[Supplied material]

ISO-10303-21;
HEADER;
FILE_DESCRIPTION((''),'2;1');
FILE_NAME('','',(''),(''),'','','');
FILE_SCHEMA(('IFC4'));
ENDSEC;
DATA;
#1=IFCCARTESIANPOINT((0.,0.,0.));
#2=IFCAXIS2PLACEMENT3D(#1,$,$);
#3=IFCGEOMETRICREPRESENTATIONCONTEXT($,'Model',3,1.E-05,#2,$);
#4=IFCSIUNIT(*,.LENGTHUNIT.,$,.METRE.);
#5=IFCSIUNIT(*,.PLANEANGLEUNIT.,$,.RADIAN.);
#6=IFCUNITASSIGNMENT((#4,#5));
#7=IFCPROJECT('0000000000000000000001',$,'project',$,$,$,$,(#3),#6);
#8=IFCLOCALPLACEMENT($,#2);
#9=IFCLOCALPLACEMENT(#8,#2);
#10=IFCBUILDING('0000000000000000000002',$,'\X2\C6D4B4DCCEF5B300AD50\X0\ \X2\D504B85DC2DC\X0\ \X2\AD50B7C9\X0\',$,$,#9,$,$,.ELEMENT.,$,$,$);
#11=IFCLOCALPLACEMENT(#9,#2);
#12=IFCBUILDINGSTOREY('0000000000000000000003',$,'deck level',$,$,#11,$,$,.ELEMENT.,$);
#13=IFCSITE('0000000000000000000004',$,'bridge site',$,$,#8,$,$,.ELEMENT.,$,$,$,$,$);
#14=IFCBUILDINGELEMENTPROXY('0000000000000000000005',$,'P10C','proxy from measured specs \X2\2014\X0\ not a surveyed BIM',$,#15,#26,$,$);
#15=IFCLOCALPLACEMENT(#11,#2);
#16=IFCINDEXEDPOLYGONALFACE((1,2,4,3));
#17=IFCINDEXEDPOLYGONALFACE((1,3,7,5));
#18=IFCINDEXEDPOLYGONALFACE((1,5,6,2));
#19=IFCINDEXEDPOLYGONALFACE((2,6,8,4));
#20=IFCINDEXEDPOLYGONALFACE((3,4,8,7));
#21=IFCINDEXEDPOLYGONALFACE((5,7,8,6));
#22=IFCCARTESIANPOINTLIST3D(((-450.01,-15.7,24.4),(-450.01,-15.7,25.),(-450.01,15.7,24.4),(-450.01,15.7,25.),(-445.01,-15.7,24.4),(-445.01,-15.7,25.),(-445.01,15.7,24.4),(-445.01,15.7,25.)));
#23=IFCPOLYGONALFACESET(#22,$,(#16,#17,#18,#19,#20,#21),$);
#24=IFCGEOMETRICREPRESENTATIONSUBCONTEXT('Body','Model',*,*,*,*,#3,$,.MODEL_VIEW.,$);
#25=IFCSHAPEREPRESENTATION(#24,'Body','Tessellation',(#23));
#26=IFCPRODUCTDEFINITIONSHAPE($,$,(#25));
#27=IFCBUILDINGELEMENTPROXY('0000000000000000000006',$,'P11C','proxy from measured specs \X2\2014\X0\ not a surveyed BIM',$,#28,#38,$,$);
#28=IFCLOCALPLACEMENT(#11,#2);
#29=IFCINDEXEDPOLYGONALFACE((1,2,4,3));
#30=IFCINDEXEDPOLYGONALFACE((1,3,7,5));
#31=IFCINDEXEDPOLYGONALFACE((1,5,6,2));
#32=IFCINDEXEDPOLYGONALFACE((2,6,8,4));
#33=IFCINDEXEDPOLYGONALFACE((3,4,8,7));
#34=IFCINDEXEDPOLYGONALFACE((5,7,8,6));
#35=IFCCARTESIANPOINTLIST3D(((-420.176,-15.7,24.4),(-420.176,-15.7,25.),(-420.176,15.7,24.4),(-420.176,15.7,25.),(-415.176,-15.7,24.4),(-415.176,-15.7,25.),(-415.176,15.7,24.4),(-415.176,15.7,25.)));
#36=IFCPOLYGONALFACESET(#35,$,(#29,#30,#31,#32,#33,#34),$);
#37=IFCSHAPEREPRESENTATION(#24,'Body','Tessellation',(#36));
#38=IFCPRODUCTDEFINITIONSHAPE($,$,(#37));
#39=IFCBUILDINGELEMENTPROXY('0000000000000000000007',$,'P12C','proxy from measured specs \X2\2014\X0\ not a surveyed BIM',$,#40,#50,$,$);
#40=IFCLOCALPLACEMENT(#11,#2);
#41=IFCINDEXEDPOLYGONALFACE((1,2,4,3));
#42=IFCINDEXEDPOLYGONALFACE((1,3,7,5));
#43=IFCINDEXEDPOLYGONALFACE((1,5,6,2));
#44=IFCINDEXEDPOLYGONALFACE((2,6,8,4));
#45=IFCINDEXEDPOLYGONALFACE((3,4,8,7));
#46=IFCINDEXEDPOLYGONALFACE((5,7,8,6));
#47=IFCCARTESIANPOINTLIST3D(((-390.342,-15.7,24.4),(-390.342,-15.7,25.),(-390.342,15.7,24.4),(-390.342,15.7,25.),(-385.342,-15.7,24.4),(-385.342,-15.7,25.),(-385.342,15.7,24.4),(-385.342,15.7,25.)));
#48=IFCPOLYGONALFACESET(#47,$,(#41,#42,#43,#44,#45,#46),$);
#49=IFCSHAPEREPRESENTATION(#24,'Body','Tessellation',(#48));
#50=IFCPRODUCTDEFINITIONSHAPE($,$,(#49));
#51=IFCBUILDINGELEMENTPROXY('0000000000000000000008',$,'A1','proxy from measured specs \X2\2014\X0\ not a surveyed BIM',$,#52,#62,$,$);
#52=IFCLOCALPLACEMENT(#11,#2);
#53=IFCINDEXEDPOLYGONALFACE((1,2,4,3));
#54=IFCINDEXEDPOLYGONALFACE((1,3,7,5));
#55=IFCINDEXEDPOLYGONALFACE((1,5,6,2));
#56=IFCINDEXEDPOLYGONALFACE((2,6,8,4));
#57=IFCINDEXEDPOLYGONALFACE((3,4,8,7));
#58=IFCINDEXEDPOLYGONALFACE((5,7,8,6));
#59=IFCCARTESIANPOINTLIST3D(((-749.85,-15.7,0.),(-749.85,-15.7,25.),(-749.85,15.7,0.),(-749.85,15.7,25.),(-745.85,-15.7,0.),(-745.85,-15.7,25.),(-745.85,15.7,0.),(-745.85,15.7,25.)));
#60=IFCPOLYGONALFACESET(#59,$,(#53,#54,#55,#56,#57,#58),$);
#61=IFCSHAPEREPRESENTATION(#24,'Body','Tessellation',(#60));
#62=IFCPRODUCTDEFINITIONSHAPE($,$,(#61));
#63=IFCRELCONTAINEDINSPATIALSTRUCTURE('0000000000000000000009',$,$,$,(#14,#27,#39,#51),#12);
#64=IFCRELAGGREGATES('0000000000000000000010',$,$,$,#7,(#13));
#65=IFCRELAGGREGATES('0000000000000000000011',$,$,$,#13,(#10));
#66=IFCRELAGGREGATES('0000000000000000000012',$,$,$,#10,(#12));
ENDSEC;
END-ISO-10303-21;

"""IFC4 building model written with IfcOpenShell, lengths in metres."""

from ifc_helpers import new_model, si_unit, frame, origin, origin_2d, place, context, subcontext, project, spatial, rectangle, extrude, element, save


model = new_model("IFC4")

# Units and contexts
model_context = context("Model", 3, precision=1e-05, world=origin())
body_context = subcontext(model_context, "Body", "Model", "MODEL_VIEW")
ifc_project = project(units=[si_unit("LENGTHUNIT", "METRE"), si_unit("PLANEANGLEUNIT", "RADIAN")], contexts=[model_context])

# Site, building, storey
site_placement = place(None, origin())
site = spatial("IfcSite", under=ifc_project, at=site_placement, Name="bridge site", CompositionType="ELEMENT")
building_placement = place(site_placement, origin())
building = spatial("IfcBuilding", under=site, at=building_placement, Name="월드컵대교 프록시 교량", CompositionType="ELEMENT")
storey_placement = place(building_placement, origin())
storey = spatial("IfcBuildingStorey", under=building, at=storey_placement, Name="deck level", CompositionType="ELEMENT")

# Building element proxies
for number, where, name in (
    (1, (-447.51, 0.0, 24.4), "P10C"),
    (2, (-417.676, 0.0, 24.4), "P11C"),
    (3, (-387.842, 0.0, 24.4), "P12C"),
):
    element("IfcBuildingElementProxy", number, at=place(storey_placement, frame(where)), inside=storey, Name=name, Description="proxy from measured specs — not a surveyed BIM", context=body_context, shape_type="SweptSolid", body=[
        extrude(rectangle(XDim=5.0, YDim=31.4, at=origin_2d()), origin(), (0.0, 0.0, 1.0), 0.6),
    ])
proxy_placement = place(storey_placement, frame((-747.85, 0.0, 0.0)))
element("IfcBuildingElementProxy", 4, at=proxy_placement, inside=storey, Name="A1", Description="proxy from measured specs — not a surveyed BIM", context=body_context, shape_type="SweptSolid", body=[
    extrude(rectangle(XDim=4.0, YDim=31.4, at=origin_2d()), origin(), (0.0, 0.0, 1.0), 25.0),
])

save(model, "model.ifc")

[/Supplied material]

Required work. Tally the lines above that contain the string "IFCPOLYGONALFACESET". Respond with the total alone.

Solution for this exercise. 4